(Collected data entries)
◆ ◆ ◆ ◆
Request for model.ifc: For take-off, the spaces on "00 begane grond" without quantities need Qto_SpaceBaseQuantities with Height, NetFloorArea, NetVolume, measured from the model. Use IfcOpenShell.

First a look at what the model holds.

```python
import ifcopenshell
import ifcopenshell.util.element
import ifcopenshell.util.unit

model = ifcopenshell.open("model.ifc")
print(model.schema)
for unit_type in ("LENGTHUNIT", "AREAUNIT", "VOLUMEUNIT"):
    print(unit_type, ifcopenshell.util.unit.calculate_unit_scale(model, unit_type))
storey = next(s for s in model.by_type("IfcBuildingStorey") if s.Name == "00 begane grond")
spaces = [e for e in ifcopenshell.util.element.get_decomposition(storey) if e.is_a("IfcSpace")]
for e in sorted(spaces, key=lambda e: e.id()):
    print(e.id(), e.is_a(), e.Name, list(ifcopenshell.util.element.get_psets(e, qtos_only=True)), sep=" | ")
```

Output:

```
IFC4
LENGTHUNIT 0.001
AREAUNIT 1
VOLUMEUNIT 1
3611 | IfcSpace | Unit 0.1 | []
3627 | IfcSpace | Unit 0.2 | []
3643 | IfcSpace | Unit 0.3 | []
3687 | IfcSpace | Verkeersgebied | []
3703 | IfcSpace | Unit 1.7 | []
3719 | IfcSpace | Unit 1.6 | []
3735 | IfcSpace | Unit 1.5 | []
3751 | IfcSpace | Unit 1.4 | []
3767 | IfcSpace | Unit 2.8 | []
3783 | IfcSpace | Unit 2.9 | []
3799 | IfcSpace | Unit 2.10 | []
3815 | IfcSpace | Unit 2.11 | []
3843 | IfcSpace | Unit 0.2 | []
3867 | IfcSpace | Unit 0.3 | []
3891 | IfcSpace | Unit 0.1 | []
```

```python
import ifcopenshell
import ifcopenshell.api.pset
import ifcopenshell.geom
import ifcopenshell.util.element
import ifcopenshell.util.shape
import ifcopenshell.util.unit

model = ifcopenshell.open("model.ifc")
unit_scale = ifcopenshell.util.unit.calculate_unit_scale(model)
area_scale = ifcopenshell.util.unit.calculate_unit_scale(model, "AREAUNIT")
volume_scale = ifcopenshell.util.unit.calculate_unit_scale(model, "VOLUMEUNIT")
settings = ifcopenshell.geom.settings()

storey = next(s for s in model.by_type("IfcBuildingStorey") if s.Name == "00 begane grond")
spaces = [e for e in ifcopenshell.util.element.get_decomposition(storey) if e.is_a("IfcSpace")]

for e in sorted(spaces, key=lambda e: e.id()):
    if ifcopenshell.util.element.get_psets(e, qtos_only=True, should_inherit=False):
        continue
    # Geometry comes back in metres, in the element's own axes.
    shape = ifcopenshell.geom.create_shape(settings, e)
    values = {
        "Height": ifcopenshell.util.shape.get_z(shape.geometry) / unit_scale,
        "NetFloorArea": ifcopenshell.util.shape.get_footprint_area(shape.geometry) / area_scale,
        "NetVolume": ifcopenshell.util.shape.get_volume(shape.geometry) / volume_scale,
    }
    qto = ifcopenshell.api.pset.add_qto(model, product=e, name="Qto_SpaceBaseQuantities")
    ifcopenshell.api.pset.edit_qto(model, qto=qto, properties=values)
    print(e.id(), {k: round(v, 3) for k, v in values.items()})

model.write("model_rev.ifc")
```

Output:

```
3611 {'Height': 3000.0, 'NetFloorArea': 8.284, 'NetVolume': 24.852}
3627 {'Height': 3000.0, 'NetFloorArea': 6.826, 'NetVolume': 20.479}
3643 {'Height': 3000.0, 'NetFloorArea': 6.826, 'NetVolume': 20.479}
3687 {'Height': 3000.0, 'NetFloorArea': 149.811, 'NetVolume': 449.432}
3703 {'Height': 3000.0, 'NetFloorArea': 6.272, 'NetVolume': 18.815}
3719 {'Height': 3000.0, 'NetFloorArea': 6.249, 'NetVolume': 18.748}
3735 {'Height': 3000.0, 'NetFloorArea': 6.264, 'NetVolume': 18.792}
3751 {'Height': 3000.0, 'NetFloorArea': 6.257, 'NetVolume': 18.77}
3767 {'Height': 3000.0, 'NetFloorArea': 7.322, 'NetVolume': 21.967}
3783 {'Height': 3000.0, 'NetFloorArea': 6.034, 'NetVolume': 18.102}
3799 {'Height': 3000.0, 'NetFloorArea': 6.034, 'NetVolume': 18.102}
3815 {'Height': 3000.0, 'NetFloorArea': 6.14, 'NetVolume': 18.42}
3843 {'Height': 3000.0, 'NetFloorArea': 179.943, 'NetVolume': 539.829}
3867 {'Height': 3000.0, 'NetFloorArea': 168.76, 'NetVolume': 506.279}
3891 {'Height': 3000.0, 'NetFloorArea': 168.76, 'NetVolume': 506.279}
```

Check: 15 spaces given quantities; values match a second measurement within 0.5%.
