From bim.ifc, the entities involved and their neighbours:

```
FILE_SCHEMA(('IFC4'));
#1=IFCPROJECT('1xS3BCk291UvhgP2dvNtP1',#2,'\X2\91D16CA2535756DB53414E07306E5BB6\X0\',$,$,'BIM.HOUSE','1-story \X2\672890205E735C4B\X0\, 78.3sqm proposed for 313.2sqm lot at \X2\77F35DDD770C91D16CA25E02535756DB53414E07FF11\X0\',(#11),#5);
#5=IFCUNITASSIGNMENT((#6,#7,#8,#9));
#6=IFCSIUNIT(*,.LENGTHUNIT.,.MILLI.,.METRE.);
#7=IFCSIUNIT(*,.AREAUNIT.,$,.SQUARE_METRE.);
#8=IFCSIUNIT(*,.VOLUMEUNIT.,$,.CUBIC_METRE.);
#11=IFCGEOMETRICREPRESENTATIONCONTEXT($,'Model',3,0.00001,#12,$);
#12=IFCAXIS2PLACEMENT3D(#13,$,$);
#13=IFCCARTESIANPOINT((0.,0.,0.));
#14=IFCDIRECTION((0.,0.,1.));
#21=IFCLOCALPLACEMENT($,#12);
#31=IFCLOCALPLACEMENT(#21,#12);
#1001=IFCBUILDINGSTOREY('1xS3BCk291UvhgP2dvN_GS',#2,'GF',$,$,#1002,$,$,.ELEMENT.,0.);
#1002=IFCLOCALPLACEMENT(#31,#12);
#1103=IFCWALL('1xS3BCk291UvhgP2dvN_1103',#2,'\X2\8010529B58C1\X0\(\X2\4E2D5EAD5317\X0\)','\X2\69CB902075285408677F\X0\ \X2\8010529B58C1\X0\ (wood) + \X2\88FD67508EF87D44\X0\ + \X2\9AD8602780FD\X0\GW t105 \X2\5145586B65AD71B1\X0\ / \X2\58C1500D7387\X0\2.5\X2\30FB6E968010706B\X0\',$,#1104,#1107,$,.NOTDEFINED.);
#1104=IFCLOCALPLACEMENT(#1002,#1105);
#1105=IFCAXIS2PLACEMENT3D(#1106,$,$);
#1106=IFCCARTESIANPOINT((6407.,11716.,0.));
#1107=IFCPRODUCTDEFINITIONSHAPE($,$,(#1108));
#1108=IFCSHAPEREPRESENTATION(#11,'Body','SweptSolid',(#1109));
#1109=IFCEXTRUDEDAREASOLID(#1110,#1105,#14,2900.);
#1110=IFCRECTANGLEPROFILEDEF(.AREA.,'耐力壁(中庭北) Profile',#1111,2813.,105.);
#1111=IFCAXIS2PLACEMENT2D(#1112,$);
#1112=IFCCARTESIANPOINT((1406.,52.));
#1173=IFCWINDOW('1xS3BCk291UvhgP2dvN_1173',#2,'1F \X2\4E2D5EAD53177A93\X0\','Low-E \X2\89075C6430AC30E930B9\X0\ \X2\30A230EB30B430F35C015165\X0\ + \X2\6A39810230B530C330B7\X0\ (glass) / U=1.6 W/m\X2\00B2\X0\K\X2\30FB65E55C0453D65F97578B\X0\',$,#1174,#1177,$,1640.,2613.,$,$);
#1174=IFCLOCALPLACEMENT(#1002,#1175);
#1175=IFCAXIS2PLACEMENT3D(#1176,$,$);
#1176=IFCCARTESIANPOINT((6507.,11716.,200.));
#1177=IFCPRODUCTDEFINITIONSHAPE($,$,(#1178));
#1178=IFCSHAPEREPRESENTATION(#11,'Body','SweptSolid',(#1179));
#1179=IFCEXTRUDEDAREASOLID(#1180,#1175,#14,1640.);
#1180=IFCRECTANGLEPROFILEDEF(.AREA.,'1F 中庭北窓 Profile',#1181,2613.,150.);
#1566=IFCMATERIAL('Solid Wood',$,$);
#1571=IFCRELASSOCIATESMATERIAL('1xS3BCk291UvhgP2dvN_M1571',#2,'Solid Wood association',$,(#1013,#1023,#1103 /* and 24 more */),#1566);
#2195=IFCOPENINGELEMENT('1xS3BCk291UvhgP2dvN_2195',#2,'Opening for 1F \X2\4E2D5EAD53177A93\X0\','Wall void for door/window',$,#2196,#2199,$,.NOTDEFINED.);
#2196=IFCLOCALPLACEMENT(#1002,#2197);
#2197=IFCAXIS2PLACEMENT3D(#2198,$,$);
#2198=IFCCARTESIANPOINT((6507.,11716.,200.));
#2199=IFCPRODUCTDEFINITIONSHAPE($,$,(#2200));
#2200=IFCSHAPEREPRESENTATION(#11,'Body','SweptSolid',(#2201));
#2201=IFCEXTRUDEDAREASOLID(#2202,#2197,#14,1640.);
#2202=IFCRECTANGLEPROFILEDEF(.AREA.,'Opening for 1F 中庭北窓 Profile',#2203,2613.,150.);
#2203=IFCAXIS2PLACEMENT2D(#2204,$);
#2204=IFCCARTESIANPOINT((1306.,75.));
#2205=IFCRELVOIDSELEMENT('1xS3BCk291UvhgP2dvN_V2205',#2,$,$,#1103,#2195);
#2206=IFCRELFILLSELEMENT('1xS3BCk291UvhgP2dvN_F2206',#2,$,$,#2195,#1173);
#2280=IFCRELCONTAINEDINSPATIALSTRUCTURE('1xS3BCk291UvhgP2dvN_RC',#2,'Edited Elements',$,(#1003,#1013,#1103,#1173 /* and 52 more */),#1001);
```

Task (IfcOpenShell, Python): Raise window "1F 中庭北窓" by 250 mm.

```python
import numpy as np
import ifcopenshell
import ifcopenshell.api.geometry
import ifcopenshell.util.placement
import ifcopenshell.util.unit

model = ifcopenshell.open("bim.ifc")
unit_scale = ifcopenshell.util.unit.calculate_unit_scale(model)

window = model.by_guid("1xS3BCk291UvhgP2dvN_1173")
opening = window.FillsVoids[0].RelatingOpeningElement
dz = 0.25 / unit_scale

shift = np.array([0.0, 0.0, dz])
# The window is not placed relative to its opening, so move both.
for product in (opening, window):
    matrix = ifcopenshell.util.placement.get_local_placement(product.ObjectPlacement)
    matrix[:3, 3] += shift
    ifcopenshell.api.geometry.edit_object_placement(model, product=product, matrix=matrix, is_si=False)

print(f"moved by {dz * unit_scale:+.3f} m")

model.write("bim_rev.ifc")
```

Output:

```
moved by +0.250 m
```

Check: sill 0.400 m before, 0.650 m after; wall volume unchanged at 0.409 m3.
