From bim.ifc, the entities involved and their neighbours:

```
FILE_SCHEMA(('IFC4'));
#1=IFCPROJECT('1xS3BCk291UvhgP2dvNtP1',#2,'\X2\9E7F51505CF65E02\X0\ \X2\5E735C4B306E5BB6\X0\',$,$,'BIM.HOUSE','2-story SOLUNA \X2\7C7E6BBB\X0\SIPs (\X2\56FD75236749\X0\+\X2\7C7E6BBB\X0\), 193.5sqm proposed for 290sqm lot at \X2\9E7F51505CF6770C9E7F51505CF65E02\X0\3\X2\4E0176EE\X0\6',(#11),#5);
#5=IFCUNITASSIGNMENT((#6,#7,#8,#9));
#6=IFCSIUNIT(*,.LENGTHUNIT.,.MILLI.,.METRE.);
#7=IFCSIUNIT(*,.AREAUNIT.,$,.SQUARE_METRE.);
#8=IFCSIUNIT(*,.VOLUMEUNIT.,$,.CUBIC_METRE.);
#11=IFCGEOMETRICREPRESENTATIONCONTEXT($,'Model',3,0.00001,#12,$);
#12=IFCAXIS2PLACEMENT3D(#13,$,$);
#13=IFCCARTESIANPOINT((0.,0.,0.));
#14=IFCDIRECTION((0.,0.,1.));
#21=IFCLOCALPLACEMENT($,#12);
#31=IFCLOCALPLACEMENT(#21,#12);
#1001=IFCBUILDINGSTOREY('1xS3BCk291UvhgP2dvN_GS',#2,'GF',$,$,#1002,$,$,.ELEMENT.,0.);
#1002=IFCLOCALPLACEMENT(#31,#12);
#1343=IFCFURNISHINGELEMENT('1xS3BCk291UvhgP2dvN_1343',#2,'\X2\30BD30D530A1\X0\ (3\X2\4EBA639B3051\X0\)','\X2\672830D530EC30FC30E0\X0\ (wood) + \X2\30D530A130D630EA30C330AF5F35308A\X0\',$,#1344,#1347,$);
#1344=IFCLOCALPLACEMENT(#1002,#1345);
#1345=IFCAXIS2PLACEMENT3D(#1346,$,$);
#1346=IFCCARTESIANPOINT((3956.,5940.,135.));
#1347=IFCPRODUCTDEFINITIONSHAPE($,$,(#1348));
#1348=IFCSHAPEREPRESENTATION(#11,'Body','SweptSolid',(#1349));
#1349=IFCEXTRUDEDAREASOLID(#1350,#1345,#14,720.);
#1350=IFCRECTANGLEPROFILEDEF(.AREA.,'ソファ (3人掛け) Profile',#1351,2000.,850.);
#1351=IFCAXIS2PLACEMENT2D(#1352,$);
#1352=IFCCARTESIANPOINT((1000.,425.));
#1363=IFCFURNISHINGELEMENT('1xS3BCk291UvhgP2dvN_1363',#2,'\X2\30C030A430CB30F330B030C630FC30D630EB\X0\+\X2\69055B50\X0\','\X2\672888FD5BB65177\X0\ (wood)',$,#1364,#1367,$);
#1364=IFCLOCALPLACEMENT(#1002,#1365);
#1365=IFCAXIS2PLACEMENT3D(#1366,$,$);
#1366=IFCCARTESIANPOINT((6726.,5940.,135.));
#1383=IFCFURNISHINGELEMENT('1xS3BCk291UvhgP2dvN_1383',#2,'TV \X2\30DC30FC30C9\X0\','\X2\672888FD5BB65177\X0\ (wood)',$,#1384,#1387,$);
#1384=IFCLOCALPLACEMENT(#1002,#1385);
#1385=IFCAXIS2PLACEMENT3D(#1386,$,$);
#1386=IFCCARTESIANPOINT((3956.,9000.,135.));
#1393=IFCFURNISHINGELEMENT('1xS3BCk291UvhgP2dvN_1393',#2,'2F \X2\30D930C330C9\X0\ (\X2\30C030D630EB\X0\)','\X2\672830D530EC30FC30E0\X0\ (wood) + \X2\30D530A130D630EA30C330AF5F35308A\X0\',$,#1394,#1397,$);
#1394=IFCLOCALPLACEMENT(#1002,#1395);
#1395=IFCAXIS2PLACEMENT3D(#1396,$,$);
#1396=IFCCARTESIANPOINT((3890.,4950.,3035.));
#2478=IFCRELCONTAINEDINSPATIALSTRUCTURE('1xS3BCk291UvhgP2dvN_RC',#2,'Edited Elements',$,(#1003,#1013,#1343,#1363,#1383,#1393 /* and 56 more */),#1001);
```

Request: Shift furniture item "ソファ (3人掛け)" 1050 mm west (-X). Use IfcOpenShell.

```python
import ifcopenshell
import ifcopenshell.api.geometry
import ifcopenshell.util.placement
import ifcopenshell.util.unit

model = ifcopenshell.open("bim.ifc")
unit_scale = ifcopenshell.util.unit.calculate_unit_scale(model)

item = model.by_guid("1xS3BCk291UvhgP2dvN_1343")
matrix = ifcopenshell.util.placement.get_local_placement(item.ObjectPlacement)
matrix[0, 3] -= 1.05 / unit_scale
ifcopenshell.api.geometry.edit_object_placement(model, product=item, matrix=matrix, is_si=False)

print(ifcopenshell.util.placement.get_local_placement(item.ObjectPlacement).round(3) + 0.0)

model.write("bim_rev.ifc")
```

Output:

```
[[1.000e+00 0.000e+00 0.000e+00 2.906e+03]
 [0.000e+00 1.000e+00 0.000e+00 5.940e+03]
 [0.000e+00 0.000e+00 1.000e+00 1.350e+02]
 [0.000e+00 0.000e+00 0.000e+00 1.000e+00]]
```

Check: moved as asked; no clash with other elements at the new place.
◆ ◆ ◆ ◆
- _What needs to be done_:
Among the lines above, which ones include the word "SweptSolid"? Copy them.

- _Your solution_:
#1108=IFCSHAPEREPRESENTATION(#11,'Body','SweptSolid',(#1109));
#1178=IFCSHAPEREPRESENTATION(#11,'Body','SweptSolid',(#1179));
#2200=IFCSHAPEREPRESENTATION(#11,'Body','SweptSolid',(#2201));
#1348=IFCSHAPEREPRESENTATION(#11,'Body','SweptSolid',(#1349));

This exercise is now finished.